When the string "Rectangular" occurs in a line of the listing below, return that line.
--------
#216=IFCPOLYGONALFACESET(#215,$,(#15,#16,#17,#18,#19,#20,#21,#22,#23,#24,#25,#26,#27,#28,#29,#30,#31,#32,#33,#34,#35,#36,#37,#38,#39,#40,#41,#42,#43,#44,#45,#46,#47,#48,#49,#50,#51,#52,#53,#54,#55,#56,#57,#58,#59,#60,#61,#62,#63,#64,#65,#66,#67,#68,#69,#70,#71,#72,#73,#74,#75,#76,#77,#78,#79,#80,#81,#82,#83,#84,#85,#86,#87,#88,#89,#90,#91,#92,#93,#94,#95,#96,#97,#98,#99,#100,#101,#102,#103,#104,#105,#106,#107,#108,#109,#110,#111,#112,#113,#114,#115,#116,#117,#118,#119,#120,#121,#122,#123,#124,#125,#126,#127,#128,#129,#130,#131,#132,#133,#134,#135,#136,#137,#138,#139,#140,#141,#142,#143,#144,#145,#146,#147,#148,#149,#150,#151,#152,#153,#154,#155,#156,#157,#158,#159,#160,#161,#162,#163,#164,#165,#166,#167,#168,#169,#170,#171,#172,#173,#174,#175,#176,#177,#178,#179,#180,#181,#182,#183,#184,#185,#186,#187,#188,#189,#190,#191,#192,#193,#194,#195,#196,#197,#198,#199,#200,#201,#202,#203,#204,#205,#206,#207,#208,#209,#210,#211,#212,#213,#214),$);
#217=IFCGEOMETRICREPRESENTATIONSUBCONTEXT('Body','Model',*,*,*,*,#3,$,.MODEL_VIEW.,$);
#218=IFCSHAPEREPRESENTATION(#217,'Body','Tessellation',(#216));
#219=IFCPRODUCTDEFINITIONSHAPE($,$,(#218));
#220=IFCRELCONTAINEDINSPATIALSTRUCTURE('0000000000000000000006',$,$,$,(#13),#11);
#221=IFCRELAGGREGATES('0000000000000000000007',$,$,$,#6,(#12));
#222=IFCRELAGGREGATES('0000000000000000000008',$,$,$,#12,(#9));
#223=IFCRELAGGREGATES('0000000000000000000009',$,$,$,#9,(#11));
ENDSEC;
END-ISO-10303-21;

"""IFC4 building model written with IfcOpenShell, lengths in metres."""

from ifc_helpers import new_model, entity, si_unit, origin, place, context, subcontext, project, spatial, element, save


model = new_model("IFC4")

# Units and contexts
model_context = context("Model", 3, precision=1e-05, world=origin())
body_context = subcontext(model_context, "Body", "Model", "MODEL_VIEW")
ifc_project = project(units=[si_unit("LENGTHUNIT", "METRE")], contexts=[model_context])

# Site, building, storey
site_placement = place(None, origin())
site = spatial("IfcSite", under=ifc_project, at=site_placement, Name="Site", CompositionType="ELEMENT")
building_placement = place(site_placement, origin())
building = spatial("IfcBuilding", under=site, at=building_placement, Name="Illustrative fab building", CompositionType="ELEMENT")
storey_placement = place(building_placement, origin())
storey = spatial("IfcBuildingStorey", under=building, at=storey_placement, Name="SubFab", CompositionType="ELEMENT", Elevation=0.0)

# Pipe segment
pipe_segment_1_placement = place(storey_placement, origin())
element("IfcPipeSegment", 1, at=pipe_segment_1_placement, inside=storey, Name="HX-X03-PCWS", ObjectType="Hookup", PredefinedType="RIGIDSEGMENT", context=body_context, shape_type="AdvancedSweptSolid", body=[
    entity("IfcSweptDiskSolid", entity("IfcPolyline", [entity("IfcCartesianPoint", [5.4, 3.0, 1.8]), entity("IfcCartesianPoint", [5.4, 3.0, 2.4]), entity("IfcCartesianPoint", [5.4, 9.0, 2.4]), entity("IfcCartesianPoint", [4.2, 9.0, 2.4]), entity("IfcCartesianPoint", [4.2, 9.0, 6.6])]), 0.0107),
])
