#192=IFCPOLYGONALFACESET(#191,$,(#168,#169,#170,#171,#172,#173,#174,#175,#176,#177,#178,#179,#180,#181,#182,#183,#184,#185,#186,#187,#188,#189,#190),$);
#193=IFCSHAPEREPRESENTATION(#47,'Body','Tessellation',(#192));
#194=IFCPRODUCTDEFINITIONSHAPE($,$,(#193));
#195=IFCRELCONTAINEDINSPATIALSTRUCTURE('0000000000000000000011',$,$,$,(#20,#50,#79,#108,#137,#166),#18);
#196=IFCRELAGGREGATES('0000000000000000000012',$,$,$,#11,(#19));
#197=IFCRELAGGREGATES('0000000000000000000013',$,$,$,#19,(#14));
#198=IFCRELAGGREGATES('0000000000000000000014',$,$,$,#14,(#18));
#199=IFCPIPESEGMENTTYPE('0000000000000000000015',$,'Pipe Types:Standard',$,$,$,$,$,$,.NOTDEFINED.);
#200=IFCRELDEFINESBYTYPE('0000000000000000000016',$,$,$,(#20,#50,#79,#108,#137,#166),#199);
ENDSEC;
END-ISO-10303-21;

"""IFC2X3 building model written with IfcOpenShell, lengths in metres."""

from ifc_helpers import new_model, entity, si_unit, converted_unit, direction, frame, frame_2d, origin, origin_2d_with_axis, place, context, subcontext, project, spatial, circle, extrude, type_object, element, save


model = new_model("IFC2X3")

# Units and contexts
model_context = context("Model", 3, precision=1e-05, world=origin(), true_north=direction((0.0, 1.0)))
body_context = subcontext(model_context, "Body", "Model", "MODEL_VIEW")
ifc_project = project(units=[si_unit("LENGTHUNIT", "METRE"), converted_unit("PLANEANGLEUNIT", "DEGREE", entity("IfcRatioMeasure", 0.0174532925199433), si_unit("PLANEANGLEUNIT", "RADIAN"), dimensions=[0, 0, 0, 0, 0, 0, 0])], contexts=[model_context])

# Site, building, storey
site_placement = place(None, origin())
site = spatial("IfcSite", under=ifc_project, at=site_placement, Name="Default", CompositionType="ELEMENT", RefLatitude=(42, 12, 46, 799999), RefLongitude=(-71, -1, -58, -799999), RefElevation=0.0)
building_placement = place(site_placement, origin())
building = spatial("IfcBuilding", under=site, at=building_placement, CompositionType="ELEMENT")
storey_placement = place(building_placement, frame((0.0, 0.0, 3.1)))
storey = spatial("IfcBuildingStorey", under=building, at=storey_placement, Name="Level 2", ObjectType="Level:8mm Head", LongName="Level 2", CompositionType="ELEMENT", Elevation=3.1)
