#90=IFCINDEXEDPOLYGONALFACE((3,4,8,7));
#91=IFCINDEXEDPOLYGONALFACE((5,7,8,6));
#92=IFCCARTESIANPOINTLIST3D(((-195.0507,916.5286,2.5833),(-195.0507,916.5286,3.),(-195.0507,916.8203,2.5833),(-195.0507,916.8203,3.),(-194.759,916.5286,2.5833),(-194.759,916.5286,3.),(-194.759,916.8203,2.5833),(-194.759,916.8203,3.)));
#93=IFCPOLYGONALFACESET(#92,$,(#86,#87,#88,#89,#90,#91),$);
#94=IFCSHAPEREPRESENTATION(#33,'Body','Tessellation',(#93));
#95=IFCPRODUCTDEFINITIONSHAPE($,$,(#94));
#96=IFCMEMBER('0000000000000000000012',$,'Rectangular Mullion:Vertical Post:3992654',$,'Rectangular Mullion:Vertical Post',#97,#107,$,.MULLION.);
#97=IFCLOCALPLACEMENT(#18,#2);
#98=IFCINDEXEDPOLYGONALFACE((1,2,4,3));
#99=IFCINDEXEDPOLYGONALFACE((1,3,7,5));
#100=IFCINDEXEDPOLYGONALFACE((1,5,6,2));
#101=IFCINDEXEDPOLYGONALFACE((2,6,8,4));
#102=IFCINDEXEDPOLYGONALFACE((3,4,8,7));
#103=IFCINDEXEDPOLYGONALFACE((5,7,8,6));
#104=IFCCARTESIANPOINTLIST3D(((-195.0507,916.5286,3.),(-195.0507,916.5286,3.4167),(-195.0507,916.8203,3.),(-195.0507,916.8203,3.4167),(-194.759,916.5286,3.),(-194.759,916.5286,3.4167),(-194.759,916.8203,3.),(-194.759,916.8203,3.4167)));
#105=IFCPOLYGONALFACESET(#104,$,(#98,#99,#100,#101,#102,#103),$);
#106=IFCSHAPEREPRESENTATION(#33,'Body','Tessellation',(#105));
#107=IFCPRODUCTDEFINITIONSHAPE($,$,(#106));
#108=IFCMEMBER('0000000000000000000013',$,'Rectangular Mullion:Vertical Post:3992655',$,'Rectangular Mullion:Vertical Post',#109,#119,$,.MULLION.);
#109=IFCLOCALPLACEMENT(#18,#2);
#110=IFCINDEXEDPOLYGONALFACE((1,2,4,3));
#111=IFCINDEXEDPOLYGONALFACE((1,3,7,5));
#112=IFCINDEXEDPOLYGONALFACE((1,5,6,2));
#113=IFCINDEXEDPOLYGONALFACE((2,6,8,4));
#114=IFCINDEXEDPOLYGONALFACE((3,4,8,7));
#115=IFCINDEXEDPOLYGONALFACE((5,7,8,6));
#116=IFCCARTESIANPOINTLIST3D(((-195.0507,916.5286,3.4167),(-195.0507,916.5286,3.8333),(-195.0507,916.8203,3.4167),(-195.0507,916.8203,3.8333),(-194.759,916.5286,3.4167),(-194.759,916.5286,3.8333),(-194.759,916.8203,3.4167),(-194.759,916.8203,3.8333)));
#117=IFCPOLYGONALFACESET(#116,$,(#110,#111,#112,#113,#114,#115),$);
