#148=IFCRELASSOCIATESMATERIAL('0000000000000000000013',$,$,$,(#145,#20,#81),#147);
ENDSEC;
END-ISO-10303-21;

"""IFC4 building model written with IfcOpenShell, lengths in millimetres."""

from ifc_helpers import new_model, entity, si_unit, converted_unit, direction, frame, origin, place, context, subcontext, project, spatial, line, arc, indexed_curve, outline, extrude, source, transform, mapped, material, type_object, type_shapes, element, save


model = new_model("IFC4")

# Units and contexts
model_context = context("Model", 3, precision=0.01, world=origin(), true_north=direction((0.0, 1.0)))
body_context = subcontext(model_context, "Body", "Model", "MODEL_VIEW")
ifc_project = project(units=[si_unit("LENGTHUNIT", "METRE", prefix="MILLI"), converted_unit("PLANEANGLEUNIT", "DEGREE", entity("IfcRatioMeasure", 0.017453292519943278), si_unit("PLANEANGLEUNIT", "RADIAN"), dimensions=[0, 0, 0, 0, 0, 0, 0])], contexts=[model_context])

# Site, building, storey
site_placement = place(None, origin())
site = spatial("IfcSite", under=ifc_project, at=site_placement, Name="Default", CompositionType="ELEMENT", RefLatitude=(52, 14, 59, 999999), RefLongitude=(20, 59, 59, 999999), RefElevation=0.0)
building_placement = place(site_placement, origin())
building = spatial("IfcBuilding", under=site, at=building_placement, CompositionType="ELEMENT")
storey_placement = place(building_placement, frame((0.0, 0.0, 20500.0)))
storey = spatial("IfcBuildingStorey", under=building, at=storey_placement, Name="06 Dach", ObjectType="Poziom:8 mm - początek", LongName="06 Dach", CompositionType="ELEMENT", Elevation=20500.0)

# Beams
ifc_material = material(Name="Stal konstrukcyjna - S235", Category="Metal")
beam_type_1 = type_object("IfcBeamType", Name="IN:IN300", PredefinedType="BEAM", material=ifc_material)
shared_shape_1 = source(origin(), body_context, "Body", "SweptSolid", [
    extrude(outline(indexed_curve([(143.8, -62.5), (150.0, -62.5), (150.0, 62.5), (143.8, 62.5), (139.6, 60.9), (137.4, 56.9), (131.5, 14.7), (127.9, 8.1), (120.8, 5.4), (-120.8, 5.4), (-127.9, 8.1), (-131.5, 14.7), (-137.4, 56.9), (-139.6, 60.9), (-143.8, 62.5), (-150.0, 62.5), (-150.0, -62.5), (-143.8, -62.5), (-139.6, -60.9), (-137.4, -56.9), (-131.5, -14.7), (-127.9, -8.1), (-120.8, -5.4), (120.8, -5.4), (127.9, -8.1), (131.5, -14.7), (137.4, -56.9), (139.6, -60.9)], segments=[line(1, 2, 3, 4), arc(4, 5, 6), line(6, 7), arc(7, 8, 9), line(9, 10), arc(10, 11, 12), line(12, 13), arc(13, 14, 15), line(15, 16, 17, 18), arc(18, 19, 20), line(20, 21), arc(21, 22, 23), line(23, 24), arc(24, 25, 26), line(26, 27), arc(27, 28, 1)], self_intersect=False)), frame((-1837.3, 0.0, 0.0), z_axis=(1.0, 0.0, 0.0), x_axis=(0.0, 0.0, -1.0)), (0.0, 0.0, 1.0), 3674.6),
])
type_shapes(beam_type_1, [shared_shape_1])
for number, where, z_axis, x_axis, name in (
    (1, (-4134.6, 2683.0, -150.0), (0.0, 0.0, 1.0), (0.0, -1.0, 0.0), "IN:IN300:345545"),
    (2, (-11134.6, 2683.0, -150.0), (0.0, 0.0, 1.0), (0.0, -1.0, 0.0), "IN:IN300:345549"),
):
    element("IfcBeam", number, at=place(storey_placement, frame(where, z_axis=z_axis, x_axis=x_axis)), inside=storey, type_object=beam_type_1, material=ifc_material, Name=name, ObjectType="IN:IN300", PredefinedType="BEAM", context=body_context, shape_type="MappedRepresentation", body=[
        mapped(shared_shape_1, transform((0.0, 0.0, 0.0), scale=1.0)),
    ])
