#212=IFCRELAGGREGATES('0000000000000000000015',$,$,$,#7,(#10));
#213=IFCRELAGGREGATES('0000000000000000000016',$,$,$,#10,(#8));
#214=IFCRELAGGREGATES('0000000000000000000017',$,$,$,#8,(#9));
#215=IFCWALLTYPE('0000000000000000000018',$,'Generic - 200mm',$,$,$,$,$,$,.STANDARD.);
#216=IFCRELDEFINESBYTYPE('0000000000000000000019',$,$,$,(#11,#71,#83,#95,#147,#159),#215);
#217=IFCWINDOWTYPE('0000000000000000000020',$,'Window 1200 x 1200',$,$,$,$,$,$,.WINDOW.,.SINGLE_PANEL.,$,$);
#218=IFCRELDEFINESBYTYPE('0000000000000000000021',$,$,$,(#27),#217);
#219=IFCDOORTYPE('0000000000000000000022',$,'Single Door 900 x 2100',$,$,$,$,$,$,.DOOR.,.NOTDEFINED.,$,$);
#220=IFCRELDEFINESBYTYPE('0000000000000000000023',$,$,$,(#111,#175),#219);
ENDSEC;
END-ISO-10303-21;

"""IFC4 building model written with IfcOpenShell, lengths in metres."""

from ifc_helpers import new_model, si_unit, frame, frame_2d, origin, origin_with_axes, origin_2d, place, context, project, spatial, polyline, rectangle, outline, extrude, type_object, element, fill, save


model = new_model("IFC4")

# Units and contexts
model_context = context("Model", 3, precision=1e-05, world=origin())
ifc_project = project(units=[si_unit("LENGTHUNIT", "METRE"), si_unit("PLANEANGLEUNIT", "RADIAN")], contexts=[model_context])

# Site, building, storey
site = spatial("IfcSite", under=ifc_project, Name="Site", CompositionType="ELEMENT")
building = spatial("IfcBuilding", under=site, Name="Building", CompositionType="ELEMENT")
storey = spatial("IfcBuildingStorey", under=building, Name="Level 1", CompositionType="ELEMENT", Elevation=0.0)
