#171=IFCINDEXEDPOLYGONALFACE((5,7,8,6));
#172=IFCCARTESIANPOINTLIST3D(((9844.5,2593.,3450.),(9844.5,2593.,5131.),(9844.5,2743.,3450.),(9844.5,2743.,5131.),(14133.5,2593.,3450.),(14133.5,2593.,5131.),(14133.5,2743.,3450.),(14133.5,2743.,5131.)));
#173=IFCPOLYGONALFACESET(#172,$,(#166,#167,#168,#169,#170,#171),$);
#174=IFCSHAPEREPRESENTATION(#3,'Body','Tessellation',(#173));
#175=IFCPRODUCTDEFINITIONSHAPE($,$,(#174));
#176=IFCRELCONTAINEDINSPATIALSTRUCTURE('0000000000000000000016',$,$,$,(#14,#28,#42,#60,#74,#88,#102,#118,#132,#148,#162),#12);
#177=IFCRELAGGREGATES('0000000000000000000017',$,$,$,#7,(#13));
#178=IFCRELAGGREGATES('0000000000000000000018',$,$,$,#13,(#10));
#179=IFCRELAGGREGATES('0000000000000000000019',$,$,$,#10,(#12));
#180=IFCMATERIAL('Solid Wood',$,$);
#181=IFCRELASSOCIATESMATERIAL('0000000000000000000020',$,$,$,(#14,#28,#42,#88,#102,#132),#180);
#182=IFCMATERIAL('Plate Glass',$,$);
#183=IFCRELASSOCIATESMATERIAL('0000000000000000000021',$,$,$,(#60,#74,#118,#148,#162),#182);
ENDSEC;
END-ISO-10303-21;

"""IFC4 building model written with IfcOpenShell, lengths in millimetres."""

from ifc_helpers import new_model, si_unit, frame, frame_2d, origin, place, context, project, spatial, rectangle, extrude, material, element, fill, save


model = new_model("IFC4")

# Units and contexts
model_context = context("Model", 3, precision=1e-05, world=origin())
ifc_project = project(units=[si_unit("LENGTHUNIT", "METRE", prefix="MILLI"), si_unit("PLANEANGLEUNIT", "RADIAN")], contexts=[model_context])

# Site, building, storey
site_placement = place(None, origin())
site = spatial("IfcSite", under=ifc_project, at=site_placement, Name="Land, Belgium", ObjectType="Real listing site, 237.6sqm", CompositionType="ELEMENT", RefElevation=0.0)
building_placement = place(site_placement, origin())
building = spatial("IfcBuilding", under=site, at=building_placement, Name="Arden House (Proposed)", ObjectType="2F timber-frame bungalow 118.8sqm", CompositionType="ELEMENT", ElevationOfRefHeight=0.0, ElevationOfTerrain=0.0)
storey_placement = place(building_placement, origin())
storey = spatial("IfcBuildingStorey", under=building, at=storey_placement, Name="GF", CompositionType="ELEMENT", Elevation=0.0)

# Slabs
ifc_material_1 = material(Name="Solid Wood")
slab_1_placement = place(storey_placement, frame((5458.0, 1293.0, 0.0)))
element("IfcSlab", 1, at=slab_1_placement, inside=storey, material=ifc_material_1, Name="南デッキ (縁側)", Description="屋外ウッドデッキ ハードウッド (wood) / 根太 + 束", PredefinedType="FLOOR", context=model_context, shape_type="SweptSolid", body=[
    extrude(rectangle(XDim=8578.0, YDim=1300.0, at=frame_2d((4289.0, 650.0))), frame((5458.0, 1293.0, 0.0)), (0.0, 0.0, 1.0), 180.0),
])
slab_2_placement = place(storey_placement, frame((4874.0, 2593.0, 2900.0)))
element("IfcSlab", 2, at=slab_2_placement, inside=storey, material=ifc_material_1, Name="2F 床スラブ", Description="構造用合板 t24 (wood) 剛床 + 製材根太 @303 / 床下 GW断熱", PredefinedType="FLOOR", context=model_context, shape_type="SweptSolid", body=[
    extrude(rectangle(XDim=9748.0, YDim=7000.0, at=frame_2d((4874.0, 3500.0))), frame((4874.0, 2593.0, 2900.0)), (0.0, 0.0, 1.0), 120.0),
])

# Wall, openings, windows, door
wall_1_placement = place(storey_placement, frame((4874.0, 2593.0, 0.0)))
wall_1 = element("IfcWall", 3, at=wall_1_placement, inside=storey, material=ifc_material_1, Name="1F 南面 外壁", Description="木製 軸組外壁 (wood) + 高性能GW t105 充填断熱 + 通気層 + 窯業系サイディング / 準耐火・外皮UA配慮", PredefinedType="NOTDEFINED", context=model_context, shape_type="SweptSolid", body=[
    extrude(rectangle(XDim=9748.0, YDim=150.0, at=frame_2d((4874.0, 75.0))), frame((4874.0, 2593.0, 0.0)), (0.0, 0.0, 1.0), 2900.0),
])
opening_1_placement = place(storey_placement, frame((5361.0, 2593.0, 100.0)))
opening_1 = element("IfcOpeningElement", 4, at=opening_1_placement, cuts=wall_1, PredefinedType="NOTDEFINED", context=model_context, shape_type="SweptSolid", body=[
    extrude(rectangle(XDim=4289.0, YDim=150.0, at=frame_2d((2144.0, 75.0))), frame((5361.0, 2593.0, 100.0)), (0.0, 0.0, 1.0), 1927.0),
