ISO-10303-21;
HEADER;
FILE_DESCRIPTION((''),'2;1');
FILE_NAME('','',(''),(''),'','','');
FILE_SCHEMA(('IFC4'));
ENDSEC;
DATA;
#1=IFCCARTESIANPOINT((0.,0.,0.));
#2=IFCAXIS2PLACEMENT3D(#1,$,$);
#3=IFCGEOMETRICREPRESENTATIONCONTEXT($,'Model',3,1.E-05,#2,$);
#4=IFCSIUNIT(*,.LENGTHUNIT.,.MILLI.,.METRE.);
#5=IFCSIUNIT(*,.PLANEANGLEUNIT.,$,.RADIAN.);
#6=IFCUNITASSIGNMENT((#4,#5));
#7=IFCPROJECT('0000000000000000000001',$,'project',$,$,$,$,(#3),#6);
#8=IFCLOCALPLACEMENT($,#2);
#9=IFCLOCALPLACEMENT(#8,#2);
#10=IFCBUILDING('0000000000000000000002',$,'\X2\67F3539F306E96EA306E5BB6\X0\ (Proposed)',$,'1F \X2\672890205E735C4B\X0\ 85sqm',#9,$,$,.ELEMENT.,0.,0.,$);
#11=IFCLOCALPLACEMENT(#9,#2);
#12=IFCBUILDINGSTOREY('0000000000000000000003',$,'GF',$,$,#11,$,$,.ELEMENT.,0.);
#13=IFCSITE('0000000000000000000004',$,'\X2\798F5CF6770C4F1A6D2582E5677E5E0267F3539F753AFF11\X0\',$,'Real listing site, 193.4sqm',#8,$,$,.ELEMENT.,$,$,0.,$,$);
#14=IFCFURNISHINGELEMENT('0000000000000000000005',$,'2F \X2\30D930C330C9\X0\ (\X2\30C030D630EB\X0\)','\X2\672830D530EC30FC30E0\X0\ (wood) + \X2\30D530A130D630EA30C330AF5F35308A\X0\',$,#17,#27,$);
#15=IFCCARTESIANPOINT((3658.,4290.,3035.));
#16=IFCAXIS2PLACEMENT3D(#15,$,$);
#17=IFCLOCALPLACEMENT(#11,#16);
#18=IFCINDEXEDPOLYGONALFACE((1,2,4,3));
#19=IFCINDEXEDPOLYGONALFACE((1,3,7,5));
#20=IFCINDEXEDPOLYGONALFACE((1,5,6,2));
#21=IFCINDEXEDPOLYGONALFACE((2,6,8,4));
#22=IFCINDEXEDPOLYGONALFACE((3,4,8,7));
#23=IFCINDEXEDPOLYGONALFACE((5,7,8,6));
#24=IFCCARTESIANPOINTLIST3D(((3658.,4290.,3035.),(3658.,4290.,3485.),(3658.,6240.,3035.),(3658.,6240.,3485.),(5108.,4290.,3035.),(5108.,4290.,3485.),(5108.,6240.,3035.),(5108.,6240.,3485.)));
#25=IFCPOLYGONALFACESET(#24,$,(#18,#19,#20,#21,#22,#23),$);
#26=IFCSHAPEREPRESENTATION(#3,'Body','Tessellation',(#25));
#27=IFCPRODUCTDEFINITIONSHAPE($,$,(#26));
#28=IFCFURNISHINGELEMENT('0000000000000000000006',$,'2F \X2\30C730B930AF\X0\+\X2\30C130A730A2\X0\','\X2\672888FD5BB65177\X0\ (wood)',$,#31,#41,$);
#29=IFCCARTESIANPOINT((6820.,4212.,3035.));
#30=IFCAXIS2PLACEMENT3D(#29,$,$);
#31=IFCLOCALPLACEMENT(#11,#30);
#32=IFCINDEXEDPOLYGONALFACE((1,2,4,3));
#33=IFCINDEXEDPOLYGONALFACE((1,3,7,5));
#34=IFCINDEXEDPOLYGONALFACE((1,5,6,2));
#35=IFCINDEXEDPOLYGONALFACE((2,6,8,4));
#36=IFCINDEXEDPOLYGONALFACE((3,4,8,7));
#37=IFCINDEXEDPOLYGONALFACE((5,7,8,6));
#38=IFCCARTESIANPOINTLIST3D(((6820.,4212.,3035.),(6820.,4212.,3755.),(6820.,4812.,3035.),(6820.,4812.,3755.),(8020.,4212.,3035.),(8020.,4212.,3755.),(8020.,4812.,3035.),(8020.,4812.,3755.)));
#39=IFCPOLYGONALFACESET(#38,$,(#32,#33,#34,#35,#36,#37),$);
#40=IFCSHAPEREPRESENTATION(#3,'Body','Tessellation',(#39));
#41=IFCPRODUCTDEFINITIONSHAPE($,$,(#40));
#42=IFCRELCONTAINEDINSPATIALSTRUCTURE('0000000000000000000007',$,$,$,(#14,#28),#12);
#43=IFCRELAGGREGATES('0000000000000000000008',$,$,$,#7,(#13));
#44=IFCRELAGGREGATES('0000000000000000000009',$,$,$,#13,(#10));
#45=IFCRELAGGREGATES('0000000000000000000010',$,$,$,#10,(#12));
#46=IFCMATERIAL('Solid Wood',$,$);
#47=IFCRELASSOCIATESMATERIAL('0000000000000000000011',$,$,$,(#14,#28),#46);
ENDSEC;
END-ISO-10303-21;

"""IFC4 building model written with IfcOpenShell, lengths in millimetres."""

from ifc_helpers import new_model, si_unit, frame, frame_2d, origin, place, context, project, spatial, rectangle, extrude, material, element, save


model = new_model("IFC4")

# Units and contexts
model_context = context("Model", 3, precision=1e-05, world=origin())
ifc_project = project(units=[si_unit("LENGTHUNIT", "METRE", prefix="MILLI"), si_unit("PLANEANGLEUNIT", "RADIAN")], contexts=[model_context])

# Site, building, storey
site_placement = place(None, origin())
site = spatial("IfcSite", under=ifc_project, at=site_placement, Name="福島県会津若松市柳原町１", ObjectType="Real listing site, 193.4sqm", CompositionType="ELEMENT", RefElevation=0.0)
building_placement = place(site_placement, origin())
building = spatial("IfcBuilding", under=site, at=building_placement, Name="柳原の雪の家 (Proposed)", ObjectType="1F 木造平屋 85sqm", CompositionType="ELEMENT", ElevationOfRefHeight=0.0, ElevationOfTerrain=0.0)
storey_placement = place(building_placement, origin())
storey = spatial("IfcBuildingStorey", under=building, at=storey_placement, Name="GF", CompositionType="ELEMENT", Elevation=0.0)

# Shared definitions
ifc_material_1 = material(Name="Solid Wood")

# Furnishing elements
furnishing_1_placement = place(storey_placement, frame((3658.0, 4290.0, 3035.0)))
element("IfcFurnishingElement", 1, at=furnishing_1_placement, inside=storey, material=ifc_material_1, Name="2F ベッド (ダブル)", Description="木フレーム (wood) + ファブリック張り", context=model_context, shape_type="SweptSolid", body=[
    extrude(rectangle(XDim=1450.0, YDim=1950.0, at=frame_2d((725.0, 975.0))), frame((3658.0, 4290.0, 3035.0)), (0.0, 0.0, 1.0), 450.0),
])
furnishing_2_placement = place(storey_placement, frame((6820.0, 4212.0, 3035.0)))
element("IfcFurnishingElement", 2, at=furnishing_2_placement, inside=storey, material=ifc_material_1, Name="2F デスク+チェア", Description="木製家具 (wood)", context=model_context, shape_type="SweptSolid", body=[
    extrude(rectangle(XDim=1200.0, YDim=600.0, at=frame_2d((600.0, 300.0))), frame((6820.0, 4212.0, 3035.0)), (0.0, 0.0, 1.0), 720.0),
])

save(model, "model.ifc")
--------
» **Answer to this exercise**
#96=IFCMEMBER('0000000000000000000012',$,'Rectangular Mullion:Vertical Post:3992654',$,'Rectangular Mullion:Vertical Post',#97,#107,$,.MULLION.);
#108=IFCMEMBER('0000000000000000000013',$,'Rectangular Mullion:Vertical Post:3992655',$,'Rectangular Mullion:Vertical Post',#109,#119,$,.MULLION.);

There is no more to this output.